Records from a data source
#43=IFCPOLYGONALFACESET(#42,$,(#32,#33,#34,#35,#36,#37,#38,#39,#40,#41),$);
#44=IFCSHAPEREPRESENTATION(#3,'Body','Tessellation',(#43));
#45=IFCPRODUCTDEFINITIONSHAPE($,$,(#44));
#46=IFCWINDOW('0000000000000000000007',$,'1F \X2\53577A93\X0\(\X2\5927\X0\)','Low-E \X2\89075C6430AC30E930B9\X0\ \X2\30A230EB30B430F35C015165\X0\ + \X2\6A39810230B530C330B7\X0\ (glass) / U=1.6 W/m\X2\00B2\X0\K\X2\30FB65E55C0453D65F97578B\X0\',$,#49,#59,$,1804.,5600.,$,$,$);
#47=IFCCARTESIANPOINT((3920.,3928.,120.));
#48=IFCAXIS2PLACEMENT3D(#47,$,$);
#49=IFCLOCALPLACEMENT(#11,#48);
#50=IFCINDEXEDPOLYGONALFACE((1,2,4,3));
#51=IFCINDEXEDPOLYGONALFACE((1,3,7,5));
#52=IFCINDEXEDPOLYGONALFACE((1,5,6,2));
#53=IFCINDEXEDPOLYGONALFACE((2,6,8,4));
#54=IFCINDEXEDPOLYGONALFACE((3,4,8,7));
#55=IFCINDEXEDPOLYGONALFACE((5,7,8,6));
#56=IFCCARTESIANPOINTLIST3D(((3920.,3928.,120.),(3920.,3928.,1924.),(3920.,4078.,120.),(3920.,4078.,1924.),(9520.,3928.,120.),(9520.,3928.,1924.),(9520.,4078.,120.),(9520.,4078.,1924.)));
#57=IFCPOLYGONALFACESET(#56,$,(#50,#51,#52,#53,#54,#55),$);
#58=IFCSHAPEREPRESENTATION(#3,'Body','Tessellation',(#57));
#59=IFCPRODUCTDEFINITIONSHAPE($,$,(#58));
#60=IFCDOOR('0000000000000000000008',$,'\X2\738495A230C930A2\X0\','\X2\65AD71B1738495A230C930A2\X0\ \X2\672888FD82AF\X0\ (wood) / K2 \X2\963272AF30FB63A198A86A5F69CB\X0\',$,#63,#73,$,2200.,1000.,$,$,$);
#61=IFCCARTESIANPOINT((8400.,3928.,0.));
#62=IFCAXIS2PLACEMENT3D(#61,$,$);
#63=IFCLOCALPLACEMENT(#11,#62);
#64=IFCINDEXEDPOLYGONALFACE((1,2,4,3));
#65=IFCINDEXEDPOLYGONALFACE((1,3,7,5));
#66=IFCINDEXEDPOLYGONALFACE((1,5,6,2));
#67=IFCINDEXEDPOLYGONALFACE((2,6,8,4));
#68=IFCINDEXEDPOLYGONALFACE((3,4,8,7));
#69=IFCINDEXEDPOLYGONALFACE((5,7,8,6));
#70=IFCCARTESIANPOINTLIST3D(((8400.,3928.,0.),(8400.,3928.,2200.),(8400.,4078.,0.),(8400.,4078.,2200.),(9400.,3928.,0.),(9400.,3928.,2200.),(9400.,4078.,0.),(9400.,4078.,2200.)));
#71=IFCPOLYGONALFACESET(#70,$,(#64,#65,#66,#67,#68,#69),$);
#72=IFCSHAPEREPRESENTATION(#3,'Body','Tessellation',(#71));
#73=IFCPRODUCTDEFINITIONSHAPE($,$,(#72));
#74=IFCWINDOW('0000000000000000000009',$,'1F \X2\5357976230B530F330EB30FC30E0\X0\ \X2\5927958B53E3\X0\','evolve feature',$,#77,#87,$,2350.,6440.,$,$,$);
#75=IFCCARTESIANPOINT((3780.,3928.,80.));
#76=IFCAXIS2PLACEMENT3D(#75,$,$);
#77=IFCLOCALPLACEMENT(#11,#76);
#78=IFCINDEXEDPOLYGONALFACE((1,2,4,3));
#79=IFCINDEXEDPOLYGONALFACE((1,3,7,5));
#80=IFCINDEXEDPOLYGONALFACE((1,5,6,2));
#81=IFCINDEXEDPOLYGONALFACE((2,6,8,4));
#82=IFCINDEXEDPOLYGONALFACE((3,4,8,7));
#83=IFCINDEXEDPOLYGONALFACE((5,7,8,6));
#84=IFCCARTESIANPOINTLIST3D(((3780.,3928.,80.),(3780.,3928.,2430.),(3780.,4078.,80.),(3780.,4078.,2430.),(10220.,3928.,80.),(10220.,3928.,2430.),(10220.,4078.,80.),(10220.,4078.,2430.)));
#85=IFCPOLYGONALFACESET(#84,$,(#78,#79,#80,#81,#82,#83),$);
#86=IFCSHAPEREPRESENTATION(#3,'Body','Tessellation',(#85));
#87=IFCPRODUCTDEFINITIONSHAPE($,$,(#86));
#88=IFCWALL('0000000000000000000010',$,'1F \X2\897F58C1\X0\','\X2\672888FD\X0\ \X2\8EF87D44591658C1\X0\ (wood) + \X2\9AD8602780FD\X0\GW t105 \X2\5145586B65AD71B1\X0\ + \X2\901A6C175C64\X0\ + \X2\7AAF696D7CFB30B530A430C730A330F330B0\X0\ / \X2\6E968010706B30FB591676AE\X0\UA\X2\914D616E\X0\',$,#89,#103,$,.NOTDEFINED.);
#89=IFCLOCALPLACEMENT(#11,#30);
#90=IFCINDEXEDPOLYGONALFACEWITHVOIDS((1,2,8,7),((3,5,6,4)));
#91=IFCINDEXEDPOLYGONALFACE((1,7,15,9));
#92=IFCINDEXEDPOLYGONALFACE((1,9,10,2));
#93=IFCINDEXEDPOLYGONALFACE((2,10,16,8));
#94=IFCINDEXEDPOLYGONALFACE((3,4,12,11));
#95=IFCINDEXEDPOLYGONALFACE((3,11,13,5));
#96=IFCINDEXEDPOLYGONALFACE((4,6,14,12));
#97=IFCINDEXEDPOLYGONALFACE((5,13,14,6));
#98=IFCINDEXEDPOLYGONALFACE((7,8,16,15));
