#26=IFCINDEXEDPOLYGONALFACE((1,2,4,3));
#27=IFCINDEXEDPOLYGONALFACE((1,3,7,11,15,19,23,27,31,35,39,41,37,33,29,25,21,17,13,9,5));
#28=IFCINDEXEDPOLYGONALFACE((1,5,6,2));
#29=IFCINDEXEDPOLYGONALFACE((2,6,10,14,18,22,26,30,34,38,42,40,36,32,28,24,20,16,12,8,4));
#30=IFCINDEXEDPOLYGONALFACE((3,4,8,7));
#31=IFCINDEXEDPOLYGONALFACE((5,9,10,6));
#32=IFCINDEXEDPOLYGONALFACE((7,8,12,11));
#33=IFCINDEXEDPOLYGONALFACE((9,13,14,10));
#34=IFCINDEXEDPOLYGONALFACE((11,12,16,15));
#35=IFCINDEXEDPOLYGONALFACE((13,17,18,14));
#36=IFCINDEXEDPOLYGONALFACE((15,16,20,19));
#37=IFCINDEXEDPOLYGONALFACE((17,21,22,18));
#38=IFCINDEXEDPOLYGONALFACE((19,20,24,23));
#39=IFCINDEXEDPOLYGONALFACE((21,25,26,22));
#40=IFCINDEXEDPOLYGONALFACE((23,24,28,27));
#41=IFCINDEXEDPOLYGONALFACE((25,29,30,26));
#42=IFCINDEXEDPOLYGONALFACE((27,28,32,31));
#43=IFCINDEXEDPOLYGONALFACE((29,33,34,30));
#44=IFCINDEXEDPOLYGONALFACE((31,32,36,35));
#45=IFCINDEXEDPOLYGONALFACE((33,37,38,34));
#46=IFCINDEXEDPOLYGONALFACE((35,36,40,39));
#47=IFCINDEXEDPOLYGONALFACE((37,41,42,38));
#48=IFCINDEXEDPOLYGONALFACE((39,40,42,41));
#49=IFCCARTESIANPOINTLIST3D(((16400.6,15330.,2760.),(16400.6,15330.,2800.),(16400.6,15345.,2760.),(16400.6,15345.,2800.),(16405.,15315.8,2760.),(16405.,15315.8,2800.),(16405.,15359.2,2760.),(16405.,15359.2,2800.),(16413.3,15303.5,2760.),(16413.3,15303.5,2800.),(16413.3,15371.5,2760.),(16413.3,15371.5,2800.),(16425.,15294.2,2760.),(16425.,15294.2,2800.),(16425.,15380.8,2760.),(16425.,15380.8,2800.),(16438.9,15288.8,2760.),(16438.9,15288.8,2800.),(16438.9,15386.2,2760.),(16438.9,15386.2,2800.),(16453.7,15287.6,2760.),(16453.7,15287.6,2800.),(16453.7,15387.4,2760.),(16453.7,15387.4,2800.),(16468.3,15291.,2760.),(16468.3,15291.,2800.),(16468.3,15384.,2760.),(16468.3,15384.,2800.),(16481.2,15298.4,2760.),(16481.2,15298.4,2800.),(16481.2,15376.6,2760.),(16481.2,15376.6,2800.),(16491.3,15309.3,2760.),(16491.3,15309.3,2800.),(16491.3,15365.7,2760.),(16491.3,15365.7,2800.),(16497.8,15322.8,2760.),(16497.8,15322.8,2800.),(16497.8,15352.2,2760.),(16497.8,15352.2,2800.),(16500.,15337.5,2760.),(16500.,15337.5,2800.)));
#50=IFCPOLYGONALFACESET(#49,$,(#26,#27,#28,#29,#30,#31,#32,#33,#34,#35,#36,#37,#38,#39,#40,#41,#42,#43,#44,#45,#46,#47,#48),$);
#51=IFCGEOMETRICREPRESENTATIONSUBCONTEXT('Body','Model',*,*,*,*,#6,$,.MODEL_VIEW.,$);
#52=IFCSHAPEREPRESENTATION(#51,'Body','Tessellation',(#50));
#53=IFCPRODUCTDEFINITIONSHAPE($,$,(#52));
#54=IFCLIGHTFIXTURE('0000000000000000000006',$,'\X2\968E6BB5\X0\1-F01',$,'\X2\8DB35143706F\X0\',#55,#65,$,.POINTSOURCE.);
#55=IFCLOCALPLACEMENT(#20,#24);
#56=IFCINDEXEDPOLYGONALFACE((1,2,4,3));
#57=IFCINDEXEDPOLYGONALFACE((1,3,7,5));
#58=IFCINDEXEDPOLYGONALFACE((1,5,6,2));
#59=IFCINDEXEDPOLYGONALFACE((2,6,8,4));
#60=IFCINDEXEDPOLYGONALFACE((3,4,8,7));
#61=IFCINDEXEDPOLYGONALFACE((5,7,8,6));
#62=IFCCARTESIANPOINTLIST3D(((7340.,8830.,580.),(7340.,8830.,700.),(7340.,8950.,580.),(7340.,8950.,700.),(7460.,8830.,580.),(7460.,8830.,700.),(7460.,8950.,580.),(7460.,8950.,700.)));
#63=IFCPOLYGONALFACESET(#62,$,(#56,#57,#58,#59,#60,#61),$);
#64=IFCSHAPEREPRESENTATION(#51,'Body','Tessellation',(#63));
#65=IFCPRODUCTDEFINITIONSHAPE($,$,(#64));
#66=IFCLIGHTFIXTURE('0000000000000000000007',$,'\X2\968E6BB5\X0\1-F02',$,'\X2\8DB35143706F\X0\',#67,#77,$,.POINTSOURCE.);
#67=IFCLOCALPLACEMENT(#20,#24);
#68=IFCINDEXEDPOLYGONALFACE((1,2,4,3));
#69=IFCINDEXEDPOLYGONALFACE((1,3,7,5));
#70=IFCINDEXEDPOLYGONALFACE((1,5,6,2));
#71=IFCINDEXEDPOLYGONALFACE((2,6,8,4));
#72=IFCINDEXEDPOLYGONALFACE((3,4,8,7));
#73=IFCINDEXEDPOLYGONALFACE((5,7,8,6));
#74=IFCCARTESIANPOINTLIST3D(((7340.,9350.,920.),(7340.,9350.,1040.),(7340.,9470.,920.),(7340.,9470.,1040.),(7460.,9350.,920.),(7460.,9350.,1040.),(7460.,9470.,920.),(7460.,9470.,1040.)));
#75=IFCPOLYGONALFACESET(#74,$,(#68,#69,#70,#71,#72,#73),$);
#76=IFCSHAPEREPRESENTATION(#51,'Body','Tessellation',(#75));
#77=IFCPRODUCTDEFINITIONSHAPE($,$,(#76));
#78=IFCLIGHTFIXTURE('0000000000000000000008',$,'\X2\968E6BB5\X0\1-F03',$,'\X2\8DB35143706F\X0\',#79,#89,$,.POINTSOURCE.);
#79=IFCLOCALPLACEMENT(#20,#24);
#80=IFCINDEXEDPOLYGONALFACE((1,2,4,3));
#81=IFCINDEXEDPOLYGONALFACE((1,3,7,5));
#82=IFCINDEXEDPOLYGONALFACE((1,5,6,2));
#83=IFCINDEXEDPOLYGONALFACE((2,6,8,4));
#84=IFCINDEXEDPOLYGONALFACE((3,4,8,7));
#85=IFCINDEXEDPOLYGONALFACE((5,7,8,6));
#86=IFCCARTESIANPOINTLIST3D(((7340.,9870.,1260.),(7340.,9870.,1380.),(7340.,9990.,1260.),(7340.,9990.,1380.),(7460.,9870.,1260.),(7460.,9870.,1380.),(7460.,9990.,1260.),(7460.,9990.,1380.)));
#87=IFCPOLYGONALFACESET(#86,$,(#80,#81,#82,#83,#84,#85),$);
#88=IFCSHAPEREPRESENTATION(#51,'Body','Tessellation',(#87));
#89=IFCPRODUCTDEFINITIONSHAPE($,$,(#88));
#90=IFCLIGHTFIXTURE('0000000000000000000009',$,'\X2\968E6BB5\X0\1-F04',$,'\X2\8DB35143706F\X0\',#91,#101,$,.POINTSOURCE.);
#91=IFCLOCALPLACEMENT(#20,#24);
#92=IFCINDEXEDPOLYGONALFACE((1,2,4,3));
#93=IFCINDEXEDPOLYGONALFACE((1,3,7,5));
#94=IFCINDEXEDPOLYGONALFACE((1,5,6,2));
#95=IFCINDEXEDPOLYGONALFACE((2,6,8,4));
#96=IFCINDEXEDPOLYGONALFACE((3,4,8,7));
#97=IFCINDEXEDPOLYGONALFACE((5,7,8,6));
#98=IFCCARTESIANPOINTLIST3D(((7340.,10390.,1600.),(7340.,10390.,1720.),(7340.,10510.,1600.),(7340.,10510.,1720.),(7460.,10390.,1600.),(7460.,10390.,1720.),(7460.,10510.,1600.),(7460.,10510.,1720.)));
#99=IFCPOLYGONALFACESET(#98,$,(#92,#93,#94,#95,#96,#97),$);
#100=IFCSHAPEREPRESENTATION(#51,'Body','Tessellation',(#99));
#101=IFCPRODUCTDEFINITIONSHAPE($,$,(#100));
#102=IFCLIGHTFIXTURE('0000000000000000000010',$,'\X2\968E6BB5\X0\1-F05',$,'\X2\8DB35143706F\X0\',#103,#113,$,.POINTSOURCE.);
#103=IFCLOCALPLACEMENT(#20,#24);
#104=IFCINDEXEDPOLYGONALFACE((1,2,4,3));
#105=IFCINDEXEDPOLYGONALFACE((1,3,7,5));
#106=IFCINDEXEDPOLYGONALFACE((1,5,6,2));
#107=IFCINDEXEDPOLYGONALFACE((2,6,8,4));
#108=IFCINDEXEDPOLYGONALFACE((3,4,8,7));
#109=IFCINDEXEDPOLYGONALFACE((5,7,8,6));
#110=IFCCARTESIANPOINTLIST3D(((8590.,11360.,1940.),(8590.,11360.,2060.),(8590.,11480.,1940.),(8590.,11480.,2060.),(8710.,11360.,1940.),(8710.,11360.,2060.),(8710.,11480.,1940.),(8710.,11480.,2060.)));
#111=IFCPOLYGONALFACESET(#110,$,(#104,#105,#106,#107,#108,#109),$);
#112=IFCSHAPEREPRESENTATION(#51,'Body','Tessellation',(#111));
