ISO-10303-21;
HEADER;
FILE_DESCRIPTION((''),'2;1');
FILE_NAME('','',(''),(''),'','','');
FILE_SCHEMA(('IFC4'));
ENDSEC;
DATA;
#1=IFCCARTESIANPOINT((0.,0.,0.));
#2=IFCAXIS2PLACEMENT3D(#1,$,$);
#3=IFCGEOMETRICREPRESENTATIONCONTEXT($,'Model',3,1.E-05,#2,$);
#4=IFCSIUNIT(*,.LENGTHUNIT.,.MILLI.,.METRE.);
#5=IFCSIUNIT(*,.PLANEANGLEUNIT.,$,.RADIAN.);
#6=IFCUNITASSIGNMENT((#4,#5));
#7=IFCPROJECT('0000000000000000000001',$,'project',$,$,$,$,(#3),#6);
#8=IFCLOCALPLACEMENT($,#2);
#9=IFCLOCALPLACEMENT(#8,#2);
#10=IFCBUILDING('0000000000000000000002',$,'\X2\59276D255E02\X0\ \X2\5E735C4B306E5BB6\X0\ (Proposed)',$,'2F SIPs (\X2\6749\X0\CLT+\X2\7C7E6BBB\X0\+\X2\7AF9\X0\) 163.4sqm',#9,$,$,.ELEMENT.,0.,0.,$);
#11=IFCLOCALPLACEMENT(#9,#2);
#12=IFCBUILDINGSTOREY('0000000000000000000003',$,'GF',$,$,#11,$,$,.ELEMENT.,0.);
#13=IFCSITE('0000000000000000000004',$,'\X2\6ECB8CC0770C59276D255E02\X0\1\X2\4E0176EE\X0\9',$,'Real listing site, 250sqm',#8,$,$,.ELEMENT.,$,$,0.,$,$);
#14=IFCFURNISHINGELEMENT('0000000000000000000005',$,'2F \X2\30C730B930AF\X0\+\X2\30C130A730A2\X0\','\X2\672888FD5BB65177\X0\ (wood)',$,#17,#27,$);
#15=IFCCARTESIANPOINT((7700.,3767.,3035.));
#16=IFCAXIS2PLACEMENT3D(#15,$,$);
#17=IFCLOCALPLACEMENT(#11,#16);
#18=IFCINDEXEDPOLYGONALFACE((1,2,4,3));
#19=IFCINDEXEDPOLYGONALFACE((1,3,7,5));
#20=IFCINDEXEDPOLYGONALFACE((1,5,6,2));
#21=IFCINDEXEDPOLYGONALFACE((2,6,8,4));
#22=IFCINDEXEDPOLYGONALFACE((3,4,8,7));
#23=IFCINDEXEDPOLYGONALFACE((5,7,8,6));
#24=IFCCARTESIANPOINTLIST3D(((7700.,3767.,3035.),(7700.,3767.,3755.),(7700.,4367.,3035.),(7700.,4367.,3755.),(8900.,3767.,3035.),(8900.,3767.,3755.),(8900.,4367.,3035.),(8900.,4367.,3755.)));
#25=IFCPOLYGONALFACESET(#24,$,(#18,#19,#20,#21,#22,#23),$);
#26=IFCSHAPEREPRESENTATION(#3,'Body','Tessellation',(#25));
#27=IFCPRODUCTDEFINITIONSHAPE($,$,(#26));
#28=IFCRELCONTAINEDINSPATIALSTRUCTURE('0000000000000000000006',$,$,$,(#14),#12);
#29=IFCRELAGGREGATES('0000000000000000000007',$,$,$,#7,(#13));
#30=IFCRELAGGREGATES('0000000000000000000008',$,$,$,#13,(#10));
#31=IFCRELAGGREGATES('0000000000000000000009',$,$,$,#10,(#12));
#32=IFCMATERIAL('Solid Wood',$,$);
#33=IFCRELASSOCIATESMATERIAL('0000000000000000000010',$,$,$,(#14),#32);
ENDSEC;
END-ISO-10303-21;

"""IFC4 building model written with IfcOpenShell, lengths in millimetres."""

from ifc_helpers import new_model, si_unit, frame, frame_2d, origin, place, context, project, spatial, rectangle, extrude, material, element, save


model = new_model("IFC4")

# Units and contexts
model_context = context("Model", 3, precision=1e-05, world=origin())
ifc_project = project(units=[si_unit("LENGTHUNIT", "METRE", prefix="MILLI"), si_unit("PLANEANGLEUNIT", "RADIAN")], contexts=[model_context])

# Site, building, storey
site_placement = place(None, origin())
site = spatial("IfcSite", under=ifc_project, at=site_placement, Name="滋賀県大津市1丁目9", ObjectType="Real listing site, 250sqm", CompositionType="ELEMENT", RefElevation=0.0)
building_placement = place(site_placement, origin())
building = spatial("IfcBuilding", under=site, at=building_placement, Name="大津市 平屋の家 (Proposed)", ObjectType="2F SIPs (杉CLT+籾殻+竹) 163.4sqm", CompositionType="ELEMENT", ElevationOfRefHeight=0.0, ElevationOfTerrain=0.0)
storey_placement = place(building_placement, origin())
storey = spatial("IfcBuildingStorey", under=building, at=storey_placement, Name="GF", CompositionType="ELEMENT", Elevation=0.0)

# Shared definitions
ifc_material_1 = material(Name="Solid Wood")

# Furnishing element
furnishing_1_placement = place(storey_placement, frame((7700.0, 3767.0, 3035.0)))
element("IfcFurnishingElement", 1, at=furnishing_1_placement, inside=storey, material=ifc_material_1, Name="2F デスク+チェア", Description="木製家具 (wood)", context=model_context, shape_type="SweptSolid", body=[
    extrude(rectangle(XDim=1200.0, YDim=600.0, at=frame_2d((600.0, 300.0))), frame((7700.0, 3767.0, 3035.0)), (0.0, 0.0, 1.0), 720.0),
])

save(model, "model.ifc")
...
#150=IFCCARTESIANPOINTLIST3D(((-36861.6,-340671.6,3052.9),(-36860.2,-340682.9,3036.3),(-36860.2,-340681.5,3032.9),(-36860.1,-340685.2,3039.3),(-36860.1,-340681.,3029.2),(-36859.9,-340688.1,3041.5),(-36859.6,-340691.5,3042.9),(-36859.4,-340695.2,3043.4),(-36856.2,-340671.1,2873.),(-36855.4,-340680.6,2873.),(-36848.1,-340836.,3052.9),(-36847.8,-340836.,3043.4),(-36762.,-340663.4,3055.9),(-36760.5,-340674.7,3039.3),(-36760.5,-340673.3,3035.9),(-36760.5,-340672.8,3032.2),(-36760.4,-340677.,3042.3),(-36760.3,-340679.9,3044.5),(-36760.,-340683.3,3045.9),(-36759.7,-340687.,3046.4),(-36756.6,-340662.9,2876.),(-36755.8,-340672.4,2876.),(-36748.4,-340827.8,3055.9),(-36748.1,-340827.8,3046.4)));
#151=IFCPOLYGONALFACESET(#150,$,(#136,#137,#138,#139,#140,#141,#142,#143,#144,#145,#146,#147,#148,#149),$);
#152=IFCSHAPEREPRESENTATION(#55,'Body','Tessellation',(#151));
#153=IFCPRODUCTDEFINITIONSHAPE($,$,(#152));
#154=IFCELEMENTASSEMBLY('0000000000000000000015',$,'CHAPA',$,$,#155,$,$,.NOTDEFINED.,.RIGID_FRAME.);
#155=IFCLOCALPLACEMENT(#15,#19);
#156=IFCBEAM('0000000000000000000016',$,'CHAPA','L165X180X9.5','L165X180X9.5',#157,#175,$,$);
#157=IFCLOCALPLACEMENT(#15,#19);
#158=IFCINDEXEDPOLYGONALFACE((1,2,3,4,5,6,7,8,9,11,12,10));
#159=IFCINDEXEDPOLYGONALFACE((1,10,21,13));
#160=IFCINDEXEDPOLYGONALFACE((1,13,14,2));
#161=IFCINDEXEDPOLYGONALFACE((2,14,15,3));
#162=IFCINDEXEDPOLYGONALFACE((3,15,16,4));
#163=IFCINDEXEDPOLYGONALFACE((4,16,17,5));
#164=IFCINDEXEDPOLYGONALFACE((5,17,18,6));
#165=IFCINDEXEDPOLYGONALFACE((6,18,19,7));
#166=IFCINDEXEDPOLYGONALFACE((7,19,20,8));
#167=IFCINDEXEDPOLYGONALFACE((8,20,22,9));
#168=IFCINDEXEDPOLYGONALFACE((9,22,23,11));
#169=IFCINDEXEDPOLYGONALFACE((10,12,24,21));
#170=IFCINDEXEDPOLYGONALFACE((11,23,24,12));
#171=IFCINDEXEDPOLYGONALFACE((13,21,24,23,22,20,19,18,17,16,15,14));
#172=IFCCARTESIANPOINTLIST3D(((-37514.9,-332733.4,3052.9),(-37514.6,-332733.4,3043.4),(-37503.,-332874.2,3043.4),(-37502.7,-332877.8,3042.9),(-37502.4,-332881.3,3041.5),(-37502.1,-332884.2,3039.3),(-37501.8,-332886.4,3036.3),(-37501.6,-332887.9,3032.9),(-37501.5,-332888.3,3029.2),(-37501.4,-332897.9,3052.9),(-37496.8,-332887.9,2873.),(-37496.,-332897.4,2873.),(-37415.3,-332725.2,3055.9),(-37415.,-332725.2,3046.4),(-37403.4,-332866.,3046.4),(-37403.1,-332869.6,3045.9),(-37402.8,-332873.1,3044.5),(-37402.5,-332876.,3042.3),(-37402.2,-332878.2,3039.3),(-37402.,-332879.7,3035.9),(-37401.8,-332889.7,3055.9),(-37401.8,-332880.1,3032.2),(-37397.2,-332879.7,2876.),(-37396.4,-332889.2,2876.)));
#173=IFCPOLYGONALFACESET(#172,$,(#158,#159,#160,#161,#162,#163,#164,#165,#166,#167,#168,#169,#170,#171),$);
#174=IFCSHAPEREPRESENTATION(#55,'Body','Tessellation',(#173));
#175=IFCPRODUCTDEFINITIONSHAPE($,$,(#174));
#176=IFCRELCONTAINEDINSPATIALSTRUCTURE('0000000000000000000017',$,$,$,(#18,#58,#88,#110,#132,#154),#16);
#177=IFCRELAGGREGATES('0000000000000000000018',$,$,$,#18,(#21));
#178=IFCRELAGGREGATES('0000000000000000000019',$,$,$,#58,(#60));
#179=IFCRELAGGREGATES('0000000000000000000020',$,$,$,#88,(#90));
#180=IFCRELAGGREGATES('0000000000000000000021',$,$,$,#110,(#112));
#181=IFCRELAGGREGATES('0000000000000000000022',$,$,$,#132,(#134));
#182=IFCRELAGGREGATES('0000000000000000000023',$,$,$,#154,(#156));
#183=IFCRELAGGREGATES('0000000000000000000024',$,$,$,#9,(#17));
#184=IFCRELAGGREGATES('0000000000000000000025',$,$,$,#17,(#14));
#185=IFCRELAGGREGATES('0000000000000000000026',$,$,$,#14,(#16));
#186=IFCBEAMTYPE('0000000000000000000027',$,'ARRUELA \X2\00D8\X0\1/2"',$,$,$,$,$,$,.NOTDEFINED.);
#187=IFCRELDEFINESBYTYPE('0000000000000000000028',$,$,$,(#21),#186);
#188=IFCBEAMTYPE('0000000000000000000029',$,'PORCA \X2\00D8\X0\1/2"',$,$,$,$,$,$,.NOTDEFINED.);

## Task description
If a line of the entries above includes the word "CHAPA", count it; then state the total and nothing else.

## Problem solution
2